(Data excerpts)
⁂

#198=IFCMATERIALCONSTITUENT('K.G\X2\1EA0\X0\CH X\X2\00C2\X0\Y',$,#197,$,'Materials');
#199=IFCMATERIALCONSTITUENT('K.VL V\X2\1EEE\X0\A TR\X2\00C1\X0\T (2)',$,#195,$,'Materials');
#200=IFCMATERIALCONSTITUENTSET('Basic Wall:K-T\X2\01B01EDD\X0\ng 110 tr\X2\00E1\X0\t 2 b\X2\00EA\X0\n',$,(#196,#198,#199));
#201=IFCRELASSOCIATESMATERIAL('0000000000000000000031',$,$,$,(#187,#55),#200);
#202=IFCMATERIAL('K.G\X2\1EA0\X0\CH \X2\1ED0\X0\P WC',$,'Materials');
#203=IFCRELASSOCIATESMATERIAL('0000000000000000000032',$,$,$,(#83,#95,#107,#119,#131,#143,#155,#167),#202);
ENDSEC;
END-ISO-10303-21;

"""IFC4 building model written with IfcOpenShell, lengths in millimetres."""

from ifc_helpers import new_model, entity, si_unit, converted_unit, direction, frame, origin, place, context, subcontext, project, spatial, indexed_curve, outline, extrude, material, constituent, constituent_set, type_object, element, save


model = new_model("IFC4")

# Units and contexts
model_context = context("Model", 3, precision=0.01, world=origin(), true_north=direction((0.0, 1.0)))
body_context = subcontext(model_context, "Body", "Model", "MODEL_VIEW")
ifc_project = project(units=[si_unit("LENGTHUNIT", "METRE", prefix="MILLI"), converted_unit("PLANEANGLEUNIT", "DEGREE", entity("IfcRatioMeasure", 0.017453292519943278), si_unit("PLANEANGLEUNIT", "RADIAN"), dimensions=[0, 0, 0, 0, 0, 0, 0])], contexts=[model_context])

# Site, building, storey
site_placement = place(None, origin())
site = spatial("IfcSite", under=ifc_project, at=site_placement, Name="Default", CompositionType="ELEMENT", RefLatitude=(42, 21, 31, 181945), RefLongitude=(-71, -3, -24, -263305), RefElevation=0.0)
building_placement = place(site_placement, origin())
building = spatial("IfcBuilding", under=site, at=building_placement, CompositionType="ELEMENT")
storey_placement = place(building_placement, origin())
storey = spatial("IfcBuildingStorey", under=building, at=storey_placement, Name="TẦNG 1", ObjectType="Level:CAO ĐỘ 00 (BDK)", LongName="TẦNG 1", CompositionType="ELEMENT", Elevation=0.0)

⁂

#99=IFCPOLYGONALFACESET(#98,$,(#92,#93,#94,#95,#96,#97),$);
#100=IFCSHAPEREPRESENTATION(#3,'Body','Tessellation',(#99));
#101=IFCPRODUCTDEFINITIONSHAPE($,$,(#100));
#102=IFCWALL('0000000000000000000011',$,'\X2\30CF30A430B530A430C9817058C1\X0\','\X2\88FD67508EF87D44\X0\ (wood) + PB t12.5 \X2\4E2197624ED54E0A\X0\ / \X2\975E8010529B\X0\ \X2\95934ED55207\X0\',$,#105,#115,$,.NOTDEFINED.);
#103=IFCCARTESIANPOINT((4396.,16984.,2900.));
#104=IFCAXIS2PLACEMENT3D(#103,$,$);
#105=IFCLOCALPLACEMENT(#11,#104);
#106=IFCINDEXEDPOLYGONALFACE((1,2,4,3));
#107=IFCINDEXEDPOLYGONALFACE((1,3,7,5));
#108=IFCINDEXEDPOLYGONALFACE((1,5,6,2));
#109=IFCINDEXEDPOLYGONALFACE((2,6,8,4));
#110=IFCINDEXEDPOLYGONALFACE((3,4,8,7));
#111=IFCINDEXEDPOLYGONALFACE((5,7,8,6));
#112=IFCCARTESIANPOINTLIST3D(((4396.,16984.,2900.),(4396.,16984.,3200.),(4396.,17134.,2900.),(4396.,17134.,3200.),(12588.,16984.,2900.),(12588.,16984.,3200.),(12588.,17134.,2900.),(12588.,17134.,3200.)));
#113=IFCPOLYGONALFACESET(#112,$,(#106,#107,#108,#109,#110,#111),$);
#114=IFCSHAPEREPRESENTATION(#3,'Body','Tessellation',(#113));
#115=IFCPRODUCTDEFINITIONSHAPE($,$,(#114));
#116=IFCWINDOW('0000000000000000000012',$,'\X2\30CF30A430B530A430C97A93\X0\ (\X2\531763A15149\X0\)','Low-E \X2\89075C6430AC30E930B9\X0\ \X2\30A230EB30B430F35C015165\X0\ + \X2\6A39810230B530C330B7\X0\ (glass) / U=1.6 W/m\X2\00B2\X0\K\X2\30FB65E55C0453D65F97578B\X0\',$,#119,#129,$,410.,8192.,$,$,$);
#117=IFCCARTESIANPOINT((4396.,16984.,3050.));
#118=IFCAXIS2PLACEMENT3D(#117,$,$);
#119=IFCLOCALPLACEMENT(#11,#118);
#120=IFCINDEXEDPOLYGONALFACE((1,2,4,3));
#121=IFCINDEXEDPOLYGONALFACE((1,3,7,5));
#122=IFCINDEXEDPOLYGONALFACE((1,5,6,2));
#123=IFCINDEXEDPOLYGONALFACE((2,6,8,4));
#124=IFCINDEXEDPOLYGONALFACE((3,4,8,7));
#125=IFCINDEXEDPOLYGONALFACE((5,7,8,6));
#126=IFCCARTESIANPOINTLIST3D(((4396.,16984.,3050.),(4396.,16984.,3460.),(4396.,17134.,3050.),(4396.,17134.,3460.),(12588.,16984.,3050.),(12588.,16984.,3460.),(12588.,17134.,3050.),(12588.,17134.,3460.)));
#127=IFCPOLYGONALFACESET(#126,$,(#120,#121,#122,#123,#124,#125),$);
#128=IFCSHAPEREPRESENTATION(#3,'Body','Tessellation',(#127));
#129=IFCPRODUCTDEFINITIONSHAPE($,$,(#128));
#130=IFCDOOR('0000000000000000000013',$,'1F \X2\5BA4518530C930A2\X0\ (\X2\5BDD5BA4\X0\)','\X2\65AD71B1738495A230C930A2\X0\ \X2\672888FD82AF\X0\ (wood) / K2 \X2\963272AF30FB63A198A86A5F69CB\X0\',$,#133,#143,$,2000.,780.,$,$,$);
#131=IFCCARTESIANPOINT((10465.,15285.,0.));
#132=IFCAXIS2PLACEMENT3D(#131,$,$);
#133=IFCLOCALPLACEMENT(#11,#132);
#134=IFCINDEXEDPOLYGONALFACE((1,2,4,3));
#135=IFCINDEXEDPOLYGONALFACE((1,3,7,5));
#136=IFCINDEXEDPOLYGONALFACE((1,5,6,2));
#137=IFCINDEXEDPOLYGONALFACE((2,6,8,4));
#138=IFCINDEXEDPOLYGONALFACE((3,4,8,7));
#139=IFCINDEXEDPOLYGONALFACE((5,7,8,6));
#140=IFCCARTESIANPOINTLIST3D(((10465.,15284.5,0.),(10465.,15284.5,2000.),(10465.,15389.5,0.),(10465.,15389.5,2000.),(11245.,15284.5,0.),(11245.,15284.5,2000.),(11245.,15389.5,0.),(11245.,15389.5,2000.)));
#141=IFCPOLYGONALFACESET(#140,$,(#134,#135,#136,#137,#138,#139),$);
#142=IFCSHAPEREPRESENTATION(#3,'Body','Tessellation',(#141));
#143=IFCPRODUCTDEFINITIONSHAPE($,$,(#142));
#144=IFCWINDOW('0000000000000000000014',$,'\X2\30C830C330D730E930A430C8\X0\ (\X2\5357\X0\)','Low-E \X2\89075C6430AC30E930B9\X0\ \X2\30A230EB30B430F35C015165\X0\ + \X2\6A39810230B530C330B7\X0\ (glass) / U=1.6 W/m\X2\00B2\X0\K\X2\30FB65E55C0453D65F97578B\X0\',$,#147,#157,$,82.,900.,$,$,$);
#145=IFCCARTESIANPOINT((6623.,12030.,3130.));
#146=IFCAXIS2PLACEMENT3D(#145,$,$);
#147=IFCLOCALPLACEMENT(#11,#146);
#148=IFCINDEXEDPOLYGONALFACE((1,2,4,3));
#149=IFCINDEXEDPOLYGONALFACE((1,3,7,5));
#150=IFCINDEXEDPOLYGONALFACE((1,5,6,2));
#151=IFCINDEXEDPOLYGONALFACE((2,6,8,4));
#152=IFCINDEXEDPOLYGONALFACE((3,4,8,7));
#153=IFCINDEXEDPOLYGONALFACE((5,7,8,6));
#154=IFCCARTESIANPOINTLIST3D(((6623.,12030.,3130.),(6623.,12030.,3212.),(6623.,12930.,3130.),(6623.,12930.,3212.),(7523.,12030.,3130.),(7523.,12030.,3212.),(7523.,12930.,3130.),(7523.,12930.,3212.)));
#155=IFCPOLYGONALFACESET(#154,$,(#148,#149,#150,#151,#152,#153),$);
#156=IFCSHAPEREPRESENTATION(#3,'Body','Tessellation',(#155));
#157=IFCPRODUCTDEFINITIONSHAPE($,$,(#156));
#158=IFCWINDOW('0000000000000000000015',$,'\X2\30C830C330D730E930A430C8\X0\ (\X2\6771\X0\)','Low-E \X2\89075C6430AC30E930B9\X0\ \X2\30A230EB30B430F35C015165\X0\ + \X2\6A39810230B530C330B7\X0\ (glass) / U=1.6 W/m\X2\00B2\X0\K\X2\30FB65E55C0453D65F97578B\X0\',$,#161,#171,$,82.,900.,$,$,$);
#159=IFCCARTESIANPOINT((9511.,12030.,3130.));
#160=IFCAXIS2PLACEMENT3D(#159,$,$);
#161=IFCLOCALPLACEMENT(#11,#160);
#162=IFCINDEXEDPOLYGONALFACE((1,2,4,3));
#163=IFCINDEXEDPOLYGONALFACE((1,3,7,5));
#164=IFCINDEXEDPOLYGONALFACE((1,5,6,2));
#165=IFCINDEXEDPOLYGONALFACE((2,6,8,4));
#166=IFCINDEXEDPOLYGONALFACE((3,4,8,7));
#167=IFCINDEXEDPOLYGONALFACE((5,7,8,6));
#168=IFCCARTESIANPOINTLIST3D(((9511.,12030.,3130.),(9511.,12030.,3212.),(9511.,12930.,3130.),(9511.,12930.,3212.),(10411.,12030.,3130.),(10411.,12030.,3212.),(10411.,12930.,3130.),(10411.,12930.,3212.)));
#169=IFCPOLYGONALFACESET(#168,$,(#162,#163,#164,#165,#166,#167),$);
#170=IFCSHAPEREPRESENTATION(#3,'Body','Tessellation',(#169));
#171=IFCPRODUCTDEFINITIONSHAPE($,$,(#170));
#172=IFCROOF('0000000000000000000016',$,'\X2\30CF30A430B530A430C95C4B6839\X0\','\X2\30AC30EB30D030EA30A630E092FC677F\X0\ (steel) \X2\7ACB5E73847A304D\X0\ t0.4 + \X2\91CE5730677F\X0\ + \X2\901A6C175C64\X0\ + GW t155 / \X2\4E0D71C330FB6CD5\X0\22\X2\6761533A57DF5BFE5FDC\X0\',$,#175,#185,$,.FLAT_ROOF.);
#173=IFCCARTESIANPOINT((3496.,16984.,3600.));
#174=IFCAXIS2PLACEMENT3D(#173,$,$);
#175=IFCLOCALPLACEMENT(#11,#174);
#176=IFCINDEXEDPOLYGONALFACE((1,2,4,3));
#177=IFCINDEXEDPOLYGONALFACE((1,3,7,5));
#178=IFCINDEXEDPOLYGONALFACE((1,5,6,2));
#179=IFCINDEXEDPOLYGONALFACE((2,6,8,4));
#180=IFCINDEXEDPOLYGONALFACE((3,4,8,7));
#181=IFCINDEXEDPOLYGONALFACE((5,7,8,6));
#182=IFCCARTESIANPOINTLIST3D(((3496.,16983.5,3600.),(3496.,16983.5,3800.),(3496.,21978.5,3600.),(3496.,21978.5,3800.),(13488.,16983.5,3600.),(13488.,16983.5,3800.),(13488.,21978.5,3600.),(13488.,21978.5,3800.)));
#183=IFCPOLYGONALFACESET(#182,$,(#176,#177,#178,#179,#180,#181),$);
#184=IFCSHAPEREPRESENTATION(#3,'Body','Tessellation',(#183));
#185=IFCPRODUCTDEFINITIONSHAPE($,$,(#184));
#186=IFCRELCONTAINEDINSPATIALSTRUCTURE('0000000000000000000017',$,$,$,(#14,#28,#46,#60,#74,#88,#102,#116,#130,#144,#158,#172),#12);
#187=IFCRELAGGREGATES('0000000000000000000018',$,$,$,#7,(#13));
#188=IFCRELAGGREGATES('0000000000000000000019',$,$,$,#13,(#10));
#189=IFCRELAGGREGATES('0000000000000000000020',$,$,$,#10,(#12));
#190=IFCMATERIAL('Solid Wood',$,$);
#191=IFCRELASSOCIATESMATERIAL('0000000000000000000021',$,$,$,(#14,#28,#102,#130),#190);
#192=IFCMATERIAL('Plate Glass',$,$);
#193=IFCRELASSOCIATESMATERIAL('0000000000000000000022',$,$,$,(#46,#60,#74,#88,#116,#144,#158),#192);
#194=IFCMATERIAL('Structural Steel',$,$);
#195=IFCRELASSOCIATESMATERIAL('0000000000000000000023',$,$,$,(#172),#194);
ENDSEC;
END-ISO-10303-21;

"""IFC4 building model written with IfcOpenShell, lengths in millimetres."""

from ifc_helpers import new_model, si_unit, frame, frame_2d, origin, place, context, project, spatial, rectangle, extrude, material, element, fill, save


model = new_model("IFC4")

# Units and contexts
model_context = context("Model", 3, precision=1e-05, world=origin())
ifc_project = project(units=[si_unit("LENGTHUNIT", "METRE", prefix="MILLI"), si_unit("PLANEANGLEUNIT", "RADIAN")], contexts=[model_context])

⁂

Word for word, restate the lines above from the line containing "#149=IFCINDEXEDPOLYGONALFACE((1,3,7,5));" through the line containing "#157=IFCPRODUCTDEFINITIONSHAPE($,$,(#156));", with both included and nothing else.

**FINISHED EXERCISE**
#149=IFCINDEXEDPOLYGONALFACE((1,3,7,5));
#150=IFCINDEXEDPOLYGONALFACE((1,5,6,2));
#151=IFCINDEXEDPOLYGONALFACE((2,6,8,4));
#152=IFCINDEXEDPOLYGONALFACE((3,4,8,7));
#153=IFCINDEXEDPOLYGONALFACE((5,7,8,6));
#154=IFCCARTESIANPOINTLIST3D(((6623.,12030.,3130.),(6623.,12030.,3212.),(6623.,12930.,3130.),(6623.,12930.,3212.),(7523.,12030.,3130.),(7523.,12030.,3212.),(7523.,12930.,3130.),(7523.,12930.,3212.)));
#155=IFCPOLYGONALFACESET(#154,$,(#148,#149,#150,#151,#152,#153),$);
#156=IFCSHAPEREPRESENTATION(#3,'Body','Tessellation',(#155));
#157=IFCPRODUCTDEFINITIONSHAPE($,$,(#156));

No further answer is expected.